Sally Robinson thought her teaching career would take place in the gym, but she now believes she is right where she is supposed to be.

Robinson is a special education teacher at Duncan Elementary School. Her classroom includes students in grades K – 4 with emotional and behavioral disorders. Robinson set out to have a career teaching health and physical education. Because there was a hiring freeze when she entered the workforce, she spent almost a decade working in a children’s residential program. It changed her path.

Now in her fifth year at Duncan Elementary, Robinson has found her niche.

“I fought it for a long time, but it is my testimony,” she said. “God wanted me to do it. Someone needs to do it — and that’s me.”

Robinson works with her students first on behaviors and then on academics.

“Part of my job is helping them understand what you can and can’t do,” she said. “It’s not like a broken arm.

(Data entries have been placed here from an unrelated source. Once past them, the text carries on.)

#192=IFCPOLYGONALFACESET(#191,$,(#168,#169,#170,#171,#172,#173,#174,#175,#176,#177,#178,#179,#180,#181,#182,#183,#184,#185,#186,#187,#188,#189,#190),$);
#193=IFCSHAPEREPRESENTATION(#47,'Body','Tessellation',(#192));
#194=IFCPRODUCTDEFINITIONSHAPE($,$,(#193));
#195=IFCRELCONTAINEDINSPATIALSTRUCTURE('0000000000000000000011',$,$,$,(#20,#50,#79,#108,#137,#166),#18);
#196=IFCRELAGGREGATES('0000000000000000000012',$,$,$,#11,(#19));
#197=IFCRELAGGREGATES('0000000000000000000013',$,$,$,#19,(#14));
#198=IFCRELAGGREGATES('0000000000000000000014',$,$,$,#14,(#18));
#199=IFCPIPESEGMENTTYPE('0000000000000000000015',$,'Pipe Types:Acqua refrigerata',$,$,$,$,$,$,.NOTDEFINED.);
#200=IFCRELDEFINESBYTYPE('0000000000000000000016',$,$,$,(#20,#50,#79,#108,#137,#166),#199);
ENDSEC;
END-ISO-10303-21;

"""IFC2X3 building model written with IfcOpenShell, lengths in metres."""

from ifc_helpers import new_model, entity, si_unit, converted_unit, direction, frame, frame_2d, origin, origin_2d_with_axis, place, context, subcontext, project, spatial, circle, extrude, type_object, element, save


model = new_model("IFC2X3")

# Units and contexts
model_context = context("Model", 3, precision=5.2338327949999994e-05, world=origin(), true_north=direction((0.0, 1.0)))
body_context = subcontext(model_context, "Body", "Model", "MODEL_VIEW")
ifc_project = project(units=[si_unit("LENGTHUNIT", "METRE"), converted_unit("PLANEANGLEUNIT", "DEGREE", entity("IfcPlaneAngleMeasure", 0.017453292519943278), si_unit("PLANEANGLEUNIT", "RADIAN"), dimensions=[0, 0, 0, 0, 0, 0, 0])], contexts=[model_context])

You can’t cast it and six weeks later it’s OK.”

Robinson said her students learn things that others take for granted. Seeing their progress thrills her and motivates her to continue.

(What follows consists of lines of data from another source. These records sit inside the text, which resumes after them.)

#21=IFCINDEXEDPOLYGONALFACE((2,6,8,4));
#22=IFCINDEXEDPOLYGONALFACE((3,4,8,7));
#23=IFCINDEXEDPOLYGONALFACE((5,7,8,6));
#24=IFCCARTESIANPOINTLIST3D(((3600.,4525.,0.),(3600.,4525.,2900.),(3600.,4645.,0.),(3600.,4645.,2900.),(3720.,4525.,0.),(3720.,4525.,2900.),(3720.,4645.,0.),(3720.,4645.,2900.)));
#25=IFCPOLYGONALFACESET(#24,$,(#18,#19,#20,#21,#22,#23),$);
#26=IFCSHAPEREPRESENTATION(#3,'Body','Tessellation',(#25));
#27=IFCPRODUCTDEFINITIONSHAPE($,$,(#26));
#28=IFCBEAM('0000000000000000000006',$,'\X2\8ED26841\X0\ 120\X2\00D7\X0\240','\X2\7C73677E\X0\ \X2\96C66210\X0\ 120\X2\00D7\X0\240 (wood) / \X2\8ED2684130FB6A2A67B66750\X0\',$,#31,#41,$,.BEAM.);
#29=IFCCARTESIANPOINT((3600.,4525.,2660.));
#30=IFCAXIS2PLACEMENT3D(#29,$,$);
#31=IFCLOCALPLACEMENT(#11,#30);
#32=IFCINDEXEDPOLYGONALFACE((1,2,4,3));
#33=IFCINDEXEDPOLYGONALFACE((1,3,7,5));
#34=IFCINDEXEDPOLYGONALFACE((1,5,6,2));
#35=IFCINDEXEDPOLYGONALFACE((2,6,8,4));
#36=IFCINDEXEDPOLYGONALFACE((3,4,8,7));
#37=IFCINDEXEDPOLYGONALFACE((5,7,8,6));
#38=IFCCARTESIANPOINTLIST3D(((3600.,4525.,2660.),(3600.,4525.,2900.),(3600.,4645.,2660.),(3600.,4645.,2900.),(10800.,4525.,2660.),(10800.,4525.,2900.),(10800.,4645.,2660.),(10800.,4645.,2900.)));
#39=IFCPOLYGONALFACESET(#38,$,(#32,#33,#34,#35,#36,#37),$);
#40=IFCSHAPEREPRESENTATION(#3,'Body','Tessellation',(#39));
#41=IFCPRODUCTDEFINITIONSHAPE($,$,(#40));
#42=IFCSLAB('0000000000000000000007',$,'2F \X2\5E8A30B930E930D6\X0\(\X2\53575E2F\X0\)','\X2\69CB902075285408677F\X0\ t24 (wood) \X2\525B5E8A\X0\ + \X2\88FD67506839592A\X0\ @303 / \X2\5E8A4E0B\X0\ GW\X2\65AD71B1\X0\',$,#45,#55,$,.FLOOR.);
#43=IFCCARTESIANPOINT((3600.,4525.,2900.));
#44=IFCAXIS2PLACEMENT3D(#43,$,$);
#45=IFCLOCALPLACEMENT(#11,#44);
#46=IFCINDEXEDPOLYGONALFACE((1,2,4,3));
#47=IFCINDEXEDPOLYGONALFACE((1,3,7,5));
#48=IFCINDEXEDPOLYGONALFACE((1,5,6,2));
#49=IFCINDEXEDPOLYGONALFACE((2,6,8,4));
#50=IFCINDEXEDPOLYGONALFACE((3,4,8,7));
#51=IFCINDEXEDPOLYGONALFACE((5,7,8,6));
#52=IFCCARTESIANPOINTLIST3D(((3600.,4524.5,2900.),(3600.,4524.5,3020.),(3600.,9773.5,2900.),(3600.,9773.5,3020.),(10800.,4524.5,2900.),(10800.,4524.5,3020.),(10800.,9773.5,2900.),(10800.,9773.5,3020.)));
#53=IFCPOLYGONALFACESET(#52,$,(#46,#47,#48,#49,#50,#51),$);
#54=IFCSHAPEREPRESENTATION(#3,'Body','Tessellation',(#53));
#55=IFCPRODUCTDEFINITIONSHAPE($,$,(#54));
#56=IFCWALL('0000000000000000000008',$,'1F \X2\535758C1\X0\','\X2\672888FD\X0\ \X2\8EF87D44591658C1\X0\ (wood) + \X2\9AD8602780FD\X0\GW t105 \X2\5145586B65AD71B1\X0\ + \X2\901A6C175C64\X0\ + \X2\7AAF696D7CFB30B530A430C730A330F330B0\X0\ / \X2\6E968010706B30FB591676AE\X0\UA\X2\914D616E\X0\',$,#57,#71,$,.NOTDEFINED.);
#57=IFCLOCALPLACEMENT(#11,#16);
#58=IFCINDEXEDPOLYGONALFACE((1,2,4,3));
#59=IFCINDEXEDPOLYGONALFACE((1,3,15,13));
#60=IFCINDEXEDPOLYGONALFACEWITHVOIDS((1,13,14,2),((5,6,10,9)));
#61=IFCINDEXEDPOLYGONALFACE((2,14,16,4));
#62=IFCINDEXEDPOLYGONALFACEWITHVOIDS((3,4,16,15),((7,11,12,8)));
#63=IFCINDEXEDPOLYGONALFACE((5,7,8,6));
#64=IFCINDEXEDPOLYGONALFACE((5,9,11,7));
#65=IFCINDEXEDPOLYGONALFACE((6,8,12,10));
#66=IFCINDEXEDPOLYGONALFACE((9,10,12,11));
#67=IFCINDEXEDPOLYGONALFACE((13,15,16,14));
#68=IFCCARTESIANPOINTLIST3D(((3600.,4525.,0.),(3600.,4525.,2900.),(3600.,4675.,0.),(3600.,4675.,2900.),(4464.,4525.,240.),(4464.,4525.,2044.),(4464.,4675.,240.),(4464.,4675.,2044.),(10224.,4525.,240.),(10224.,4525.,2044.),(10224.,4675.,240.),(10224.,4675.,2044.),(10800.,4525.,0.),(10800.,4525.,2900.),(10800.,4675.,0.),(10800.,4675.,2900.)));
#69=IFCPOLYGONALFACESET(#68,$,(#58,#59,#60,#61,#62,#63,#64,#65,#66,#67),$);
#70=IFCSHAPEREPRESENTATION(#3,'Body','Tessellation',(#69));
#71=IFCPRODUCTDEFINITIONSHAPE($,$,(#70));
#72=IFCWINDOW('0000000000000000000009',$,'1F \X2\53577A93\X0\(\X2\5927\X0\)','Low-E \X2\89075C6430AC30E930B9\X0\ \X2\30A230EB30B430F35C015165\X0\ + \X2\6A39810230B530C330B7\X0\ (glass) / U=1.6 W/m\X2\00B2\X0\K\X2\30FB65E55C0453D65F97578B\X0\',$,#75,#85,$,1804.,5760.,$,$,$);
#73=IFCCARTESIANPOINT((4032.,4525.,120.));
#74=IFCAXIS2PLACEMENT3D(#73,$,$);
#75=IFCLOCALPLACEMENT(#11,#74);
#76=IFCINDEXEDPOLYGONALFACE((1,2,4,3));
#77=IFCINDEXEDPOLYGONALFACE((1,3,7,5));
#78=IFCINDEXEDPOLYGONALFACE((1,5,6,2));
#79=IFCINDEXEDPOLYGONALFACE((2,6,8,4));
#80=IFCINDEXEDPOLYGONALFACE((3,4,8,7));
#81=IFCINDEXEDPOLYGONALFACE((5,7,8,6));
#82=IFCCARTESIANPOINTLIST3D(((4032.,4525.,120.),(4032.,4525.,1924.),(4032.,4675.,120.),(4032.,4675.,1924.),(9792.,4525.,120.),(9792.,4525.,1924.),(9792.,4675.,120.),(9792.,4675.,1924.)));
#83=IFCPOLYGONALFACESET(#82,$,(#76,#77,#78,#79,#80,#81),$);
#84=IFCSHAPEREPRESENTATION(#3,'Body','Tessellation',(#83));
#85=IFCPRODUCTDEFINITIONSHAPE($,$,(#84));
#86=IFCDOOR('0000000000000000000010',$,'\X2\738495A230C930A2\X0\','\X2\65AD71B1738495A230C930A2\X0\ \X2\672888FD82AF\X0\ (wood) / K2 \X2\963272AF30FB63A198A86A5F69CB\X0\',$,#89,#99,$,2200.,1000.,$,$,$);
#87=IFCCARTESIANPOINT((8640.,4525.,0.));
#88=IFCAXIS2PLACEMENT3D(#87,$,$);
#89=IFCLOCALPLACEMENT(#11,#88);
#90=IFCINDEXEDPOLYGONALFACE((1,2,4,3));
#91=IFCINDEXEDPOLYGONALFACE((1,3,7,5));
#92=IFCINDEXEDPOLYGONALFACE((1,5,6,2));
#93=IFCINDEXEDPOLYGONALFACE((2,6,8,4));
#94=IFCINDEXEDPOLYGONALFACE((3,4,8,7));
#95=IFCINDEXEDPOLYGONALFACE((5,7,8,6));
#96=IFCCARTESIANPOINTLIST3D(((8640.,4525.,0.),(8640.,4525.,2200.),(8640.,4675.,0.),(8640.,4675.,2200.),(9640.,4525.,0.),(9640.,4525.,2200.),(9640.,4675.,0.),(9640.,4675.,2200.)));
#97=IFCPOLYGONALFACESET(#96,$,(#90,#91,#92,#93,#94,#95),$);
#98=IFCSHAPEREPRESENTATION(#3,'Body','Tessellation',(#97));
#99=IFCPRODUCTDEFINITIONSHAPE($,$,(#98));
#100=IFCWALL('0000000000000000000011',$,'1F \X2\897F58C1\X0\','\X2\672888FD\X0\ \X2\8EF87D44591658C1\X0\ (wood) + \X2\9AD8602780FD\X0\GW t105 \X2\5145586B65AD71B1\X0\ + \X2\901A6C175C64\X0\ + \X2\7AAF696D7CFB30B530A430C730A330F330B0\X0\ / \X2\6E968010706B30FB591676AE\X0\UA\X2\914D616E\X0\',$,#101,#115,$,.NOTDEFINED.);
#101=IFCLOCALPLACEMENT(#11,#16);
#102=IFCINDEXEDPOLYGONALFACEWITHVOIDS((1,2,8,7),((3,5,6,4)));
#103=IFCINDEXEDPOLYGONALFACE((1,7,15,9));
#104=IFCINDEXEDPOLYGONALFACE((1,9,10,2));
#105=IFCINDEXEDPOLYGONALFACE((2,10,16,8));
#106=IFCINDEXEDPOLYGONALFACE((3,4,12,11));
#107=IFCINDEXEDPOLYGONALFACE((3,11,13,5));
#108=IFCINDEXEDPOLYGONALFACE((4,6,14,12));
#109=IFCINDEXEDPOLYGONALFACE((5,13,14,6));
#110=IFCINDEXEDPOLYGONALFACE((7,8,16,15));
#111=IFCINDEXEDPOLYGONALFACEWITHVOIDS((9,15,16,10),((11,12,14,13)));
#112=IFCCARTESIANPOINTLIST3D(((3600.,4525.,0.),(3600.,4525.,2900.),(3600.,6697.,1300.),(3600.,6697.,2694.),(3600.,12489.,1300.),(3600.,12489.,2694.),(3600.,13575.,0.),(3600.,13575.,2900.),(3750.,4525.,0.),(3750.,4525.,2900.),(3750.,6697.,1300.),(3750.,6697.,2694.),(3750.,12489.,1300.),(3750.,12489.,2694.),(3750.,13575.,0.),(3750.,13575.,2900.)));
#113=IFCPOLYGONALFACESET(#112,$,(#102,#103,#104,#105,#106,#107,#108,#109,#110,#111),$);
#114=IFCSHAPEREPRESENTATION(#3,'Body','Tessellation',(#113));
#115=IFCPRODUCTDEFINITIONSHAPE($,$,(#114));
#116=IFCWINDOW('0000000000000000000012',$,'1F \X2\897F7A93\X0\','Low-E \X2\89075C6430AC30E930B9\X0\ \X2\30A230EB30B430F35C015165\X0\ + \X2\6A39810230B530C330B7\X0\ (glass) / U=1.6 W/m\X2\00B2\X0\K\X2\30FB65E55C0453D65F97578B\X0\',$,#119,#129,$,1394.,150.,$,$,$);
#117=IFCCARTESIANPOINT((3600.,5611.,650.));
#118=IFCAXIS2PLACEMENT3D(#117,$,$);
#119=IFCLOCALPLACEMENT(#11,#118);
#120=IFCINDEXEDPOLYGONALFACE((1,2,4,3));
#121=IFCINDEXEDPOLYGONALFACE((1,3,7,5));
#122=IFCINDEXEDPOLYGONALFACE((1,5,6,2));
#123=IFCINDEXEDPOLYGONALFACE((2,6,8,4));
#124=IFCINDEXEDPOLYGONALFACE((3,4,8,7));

“Last year, I had three children go into a general education classroom and now they are there full time,” she said.

Robinson has been married for 35 years and is the mother of two. She is looking forward to the arrival of her first grandchild soon. But 180 days each year, she has a room filled with her other children.

“I’m very passionate,” she said. “These are my babies. I want the very best for them. I want them to have that chance to have a successful life.”

Beyond their educational success, Robinson serves as an advocate for her students’ acceptance. Her classroom provides the structure, love and support they need to achieve their very best. And Robinson wouldn’t have it any other way.

“They just want to be accepted like every other child,” she said. “They want to be a friend. They have the best hearts.”